### DIRECTIONS FOR THIS TASK
Up to and including the line with "#5=IFCSIUNIT(*,.PLANEANGLEUNIT.,$,.RADIAN.);", please set down the entries below exactly, starting from the first line.

Data entries

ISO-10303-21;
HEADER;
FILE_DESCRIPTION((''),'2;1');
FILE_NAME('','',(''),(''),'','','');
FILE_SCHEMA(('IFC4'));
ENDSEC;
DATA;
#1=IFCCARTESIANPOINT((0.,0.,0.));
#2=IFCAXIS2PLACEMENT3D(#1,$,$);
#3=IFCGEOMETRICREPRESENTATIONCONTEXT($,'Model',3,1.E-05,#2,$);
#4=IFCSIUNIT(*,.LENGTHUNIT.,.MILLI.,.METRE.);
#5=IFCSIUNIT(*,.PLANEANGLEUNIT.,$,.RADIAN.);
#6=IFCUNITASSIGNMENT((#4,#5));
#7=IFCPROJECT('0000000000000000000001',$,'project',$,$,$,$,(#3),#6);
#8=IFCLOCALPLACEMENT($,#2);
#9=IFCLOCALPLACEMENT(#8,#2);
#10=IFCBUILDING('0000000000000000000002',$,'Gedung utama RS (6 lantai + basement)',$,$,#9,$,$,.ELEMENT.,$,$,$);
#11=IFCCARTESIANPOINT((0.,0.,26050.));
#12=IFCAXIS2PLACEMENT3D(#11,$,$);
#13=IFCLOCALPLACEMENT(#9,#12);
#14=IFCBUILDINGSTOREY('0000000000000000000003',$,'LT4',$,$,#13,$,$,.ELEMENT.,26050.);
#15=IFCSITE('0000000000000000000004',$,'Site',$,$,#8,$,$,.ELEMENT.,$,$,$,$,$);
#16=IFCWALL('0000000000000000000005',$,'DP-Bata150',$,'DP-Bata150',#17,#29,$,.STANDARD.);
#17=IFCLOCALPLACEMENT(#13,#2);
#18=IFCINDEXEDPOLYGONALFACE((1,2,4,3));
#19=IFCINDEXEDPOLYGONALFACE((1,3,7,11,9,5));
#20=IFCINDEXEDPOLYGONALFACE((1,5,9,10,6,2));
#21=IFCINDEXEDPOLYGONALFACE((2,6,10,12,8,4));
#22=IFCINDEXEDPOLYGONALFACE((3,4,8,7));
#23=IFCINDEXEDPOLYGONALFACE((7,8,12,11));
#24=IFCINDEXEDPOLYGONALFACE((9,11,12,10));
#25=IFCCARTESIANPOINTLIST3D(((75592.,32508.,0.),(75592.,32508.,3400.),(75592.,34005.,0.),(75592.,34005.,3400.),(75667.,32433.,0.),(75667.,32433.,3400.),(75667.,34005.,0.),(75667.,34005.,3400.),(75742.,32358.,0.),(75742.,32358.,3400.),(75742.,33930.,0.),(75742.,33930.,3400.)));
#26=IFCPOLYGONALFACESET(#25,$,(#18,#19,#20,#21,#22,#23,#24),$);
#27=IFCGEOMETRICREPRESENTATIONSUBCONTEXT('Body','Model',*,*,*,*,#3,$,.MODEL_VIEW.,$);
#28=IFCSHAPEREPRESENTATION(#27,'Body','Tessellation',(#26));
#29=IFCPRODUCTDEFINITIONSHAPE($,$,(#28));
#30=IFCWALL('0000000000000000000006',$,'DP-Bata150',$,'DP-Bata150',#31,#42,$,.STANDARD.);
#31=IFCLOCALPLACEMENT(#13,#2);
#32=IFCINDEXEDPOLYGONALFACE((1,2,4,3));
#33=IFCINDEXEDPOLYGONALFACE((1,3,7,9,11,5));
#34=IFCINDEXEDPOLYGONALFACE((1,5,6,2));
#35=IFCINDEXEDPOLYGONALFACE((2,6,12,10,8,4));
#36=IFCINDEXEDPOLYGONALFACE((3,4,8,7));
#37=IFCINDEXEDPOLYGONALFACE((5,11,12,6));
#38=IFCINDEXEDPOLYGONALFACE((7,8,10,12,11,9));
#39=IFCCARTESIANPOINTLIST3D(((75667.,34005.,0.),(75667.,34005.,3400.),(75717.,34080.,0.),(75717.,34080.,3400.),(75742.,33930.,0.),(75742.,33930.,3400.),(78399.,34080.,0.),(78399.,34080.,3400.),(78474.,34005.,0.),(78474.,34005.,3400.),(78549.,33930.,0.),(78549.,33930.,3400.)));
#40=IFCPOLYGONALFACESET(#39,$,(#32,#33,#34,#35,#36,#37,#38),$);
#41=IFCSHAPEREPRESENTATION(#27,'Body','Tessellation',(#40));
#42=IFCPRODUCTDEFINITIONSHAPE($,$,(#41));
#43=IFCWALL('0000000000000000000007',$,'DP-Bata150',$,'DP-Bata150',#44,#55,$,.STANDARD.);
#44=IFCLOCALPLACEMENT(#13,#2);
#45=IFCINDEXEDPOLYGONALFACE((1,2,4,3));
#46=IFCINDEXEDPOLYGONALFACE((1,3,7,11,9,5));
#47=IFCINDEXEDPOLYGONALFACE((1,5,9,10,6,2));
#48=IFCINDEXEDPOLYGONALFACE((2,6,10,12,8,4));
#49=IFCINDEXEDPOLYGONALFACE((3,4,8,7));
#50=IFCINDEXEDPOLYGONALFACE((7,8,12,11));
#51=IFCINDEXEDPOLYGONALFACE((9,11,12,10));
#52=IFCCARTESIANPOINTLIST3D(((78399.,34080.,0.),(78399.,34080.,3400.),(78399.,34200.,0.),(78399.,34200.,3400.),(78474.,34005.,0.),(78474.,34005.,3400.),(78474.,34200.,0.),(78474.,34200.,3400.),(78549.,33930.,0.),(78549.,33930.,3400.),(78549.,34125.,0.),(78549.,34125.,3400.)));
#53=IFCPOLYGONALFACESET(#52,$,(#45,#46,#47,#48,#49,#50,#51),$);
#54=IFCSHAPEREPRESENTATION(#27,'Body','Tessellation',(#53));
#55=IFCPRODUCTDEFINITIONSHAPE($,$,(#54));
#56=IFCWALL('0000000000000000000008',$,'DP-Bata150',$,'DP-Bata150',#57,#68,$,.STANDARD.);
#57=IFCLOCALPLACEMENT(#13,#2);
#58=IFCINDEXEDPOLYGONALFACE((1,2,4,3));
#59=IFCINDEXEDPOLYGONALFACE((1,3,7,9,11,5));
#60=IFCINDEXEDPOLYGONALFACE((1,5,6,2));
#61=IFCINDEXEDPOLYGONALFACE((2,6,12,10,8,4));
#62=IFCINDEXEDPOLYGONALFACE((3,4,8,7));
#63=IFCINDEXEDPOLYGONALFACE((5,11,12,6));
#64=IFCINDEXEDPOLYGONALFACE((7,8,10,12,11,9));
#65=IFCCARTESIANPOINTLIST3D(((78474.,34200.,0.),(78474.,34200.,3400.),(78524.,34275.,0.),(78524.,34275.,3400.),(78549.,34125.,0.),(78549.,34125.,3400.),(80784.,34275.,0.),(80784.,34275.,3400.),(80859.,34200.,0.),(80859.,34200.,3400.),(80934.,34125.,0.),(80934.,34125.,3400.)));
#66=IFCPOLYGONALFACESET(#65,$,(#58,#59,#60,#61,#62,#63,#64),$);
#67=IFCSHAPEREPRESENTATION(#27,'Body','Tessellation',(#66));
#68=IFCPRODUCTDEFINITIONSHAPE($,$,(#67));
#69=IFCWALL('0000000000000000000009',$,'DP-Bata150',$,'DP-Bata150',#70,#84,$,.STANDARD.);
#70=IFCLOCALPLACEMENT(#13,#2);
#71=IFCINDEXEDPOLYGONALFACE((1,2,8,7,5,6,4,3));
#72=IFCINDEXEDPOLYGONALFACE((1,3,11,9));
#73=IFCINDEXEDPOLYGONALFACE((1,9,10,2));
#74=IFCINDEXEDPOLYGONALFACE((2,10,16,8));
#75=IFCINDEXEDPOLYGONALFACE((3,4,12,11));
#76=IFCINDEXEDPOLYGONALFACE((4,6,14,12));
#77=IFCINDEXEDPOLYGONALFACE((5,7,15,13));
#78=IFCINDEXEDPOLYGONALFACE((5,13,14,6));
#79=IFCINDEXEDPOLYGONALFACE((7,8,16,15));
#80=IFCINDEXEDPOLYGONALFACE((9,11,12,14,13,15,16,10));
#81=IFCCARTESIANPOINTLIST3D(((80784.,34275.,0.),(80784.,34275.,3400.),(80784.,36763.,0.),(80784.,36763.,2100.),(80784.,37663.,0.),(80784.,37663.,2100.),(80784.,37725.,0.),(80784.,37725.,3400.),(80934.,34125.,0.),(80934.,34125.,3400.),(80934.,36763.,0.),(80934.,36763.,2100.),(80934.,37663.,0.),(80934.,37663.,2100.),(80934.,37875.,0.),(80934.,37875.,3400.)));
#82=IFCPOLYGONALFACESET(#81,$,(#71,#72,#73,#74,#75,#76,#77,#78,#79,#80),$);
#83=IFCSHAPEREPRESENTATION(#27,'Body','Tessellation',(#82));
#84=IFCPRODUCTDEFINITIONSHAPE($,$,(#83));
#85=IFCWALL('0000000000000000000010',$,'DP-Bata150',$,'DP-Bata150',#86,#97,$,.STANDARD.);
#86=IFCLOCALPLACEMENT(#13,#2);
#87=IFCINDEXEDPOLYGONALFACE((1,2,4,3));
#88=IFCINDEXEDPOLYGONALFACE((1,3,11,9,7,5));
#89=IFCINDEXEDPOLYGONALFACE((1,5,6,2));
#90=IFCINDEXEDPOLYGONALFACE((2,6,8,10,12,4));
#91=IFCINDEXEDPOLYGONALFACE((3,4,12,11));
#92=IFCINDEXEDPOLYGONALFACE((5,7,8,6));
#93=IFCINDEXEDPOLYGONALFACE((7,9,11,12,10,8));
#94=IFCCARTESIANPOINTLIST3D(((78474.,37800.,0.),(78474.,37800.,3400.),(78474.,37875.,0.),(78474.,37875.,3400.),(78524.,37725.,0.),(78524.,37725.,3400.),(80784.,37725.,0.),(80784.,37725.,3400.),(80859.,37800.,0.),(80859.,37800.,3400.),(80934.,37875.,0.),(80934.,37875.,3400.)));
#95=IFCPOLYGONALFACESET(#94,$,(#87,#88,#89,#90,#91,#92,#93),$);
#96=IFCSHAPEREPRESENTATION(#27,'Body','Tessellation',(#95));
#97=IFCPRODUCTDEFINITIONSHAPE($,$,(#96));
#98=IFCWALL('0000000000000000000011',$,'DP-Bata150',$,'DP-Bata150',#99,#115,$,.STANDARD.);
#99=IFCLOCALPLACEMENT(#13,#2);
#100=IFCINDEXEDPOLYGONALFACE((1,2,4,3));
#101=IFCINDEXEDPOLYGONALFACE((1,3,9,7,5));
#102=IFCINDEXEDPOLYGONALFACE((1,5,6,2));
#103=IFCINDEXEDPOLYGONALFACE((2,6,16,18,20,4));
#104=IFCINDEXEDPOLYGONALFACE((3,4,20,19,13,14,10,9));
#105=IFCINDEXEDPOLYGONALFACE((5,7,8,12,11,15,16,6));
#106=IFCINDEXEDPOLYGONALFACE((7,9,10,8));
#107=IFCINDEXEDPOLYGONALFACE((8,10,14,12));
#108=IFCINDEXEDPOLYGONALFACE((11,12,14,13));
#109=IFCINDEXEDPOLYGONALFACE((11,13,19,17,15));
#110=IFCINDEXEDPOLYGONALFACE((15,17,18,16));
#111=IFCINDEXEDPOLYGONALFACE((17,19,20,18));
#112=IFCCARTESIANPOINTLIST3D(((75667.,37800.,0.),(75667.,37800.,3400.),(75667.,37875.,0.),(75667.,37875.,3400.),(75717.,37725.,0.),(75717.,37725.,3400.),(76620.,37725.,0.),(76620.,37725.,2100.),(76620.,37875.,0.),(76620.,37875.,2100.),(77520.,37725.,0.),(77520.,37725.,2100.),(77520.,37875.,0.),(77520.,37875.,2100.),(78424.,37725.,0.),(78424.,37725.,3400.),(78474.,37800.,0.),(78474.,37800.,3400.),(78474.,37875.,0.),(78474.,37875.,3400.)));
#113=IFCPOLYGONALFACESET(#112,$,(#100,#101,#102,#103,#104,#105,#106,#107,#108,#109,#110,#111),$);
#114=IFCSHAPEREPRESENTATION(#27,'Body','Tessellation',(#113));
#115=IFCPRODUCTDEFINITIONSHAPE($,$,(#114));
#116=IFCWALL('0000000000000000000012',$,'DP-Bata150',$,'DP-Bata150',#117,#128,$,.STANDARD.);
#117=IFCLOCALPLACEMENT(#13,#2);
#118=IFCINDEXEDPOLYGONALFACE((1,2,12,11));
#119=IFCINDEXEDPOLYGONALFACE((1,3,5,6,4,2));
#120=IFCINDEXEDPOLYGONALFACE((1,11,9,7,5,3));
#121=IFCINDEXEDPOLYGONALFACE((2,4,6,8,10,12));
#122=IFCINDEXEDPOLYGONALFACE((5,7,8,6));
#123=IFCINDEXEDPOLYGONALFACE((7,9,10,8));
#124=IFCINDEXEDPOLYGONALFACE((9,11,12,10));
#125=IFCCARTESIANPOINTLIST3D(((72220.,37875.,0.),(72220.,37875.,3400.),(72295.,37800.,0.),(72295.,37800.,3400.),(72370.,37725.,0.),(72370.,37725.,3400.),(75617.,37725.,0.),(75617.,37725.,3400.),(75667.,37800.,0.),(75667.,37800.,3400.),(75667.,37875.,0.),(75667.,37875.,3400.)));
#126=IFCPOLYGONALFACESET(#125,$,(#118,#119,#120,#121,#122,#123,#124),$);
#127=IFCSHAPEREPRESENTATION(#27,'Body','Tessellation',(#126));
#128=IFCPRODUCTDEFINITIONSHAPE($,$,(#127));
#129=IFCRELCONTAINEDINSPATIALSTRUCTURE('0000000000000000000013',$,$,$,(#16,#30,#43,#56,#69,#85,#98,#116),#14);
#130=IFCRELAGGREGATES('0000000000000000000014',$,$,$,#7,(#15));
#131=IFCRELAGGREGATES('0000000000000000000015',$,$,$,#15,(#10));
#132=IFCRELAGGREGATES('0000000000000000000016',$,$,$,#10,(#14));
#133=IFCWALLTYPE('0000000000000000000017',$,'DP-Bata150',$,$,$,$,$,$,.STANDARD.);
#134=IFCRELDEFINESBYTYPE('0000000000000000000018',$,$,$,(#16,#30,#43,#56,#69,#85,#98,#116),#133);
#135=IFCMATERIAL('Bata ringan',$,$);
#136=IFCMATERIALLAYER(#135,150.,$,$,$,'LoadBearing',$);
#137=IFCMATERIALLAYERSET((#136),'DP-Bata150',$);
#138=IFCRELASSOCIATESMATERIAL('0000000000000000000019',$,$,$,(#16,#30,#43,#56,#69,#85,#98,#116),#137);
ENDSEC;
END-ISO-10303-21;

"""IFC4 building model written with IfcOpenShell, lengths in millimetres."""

from ifc_helpers import new_model, si_unit, frame, frame_2d, origin, place, context, subcontext, project, spatial, polyline, rectangle, outline, extrude, material, layer, layer_set, layer_usage, type_object, element, save


model = new_model("IFC4")

# Units and contexts
model_context = context("Model", 3, precision=1e-05, world=origin())
body_context = subcontext(model_context, "Body", "Model", "MODEL_VIEW")
ifc_project = project(units=[si_unit("LENGTHUNIT", "METRE", prefix="MILLI"), si_unit("PLANEANGLEUNIT", "RADIAN")], contexts=[model_context])

# Site, building, storey
site_placement = place(None, origin())
site = spatial("IfcSite", under=ifc_project, at=site_placement, Name="Site", CompositionType="ELEMENT")
building_placement = place(site_placement, origin())
building = spatial("IfcBuilding", under=site, at=building_placement, Name="Gedung utama RS (6 lantai + basement)", CompositionType="ELEMENT")
storey_placement = place(building_placement, frame((0.0, 0.0, 26050.0)))
storey = spatial("IfcBuildingStorey", under=building, at=storey_placement, Name="LT4", CompositionType="ELEMENT", Elevation=26050.0)

# Shared definitions
ifc_material = material(Name="Bata ringan")
ifc_layer_1 = layer(ifc_material, 150.0, Category="LoadBearing")
ifc_layer_set_1 = layer_set([ifc_layer_1], Name="DP-Bata150")
ifc_layer_usage_1 = layer_usage(ifc_layer_set_1, "AXIS2", "NEGATIVE", 75.0)
wall_type_1 = type_object("IfcWallType", Name="DP-Bata150", PredefinedType="STANDARD")

# Walls
wall_1_placement = place(storey_placement, frame((75667.0, 32433.0, 0.0), z_axis=(0.0, 0.0, 1.0), x_axis=(0.0, 1.0, 0.0)))
element("IfcWall", 1, at=wall_1_placement, inside=storey, type_object=wall_type_1, material=ifc_layer_usage_1, Name="DP-Bata150", ObjectType="DP-Bata150", PredefinedType="STANDARD", context=body_context, shape_type="SweptSolid", body=[
    extrude(outline(polyline([(-75.0, -75.0), (0.0, 0.0), (75.0, 75.0), (1572.0, 75.0), (1572.0, 0.0), (1497.0, -75.0), (-75.0, -75.0)])), origin(), (0.0, 0.0, 1.0), 3400.0),
])
wall_2_placement = place(storey_placement, frame((75667.0, 34005.0, 0.0), z_axis=(0.0, 0.0, 1.0), x_axis=(1.0, 0.0, 0.0)))
element("IfcWall", 2, at=wall_2_placement, inside=storey, type_object=wall_type_1, material=ifc_layer_usage_1, Name="DP-Bata150", ObjectType="DP-Bata150", PredefinedType="STANDARD", context=body_context, shape_type="SweptSolid", body=[
    extrude(outline(polyline([(75.0, -75.0), (0.0, 0.0), (50.0, 75.0), (2732.0, 75.0), (2807.0, 0.0), (2882.0, -75.0), (75.0, -75.0)])), origin(), (0.0, 0.0, 1.0), 3400.0),
])
wall_3_placement = place(storey_placement, frame((78474.0, 34005.0, 0.0), z_axis=(0.0, 0.0, 1.0), x_axis=(0.0, 1.0, 0.0)))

### ANSWER SPACE
ISO-10303-21;
HEADER;
FILE_DESCRIPTION((''),'2;1');
FILE_NAME('','',(''),(''),'','','');
FILE_SCHEMA(('IFC4'));
ENDSEC;
DATA;
#1=IFCCARTESIANPOINT((0.,0.,0.));
#2=IFCAXIS2PLACEMENT3D(#1,$,$);
#3=IFCGEOMETRICREPRESENTATIONCONTEXT($,'Model',3,1.E-05,#2,$);
#4=IFCSIUNIT(*,.LENGTHUNIT.,.MILLI.,.METRE.);
#5=IFCSIUNIT(*,.PLANEANGLEUNIT.,$,.RADIAN.);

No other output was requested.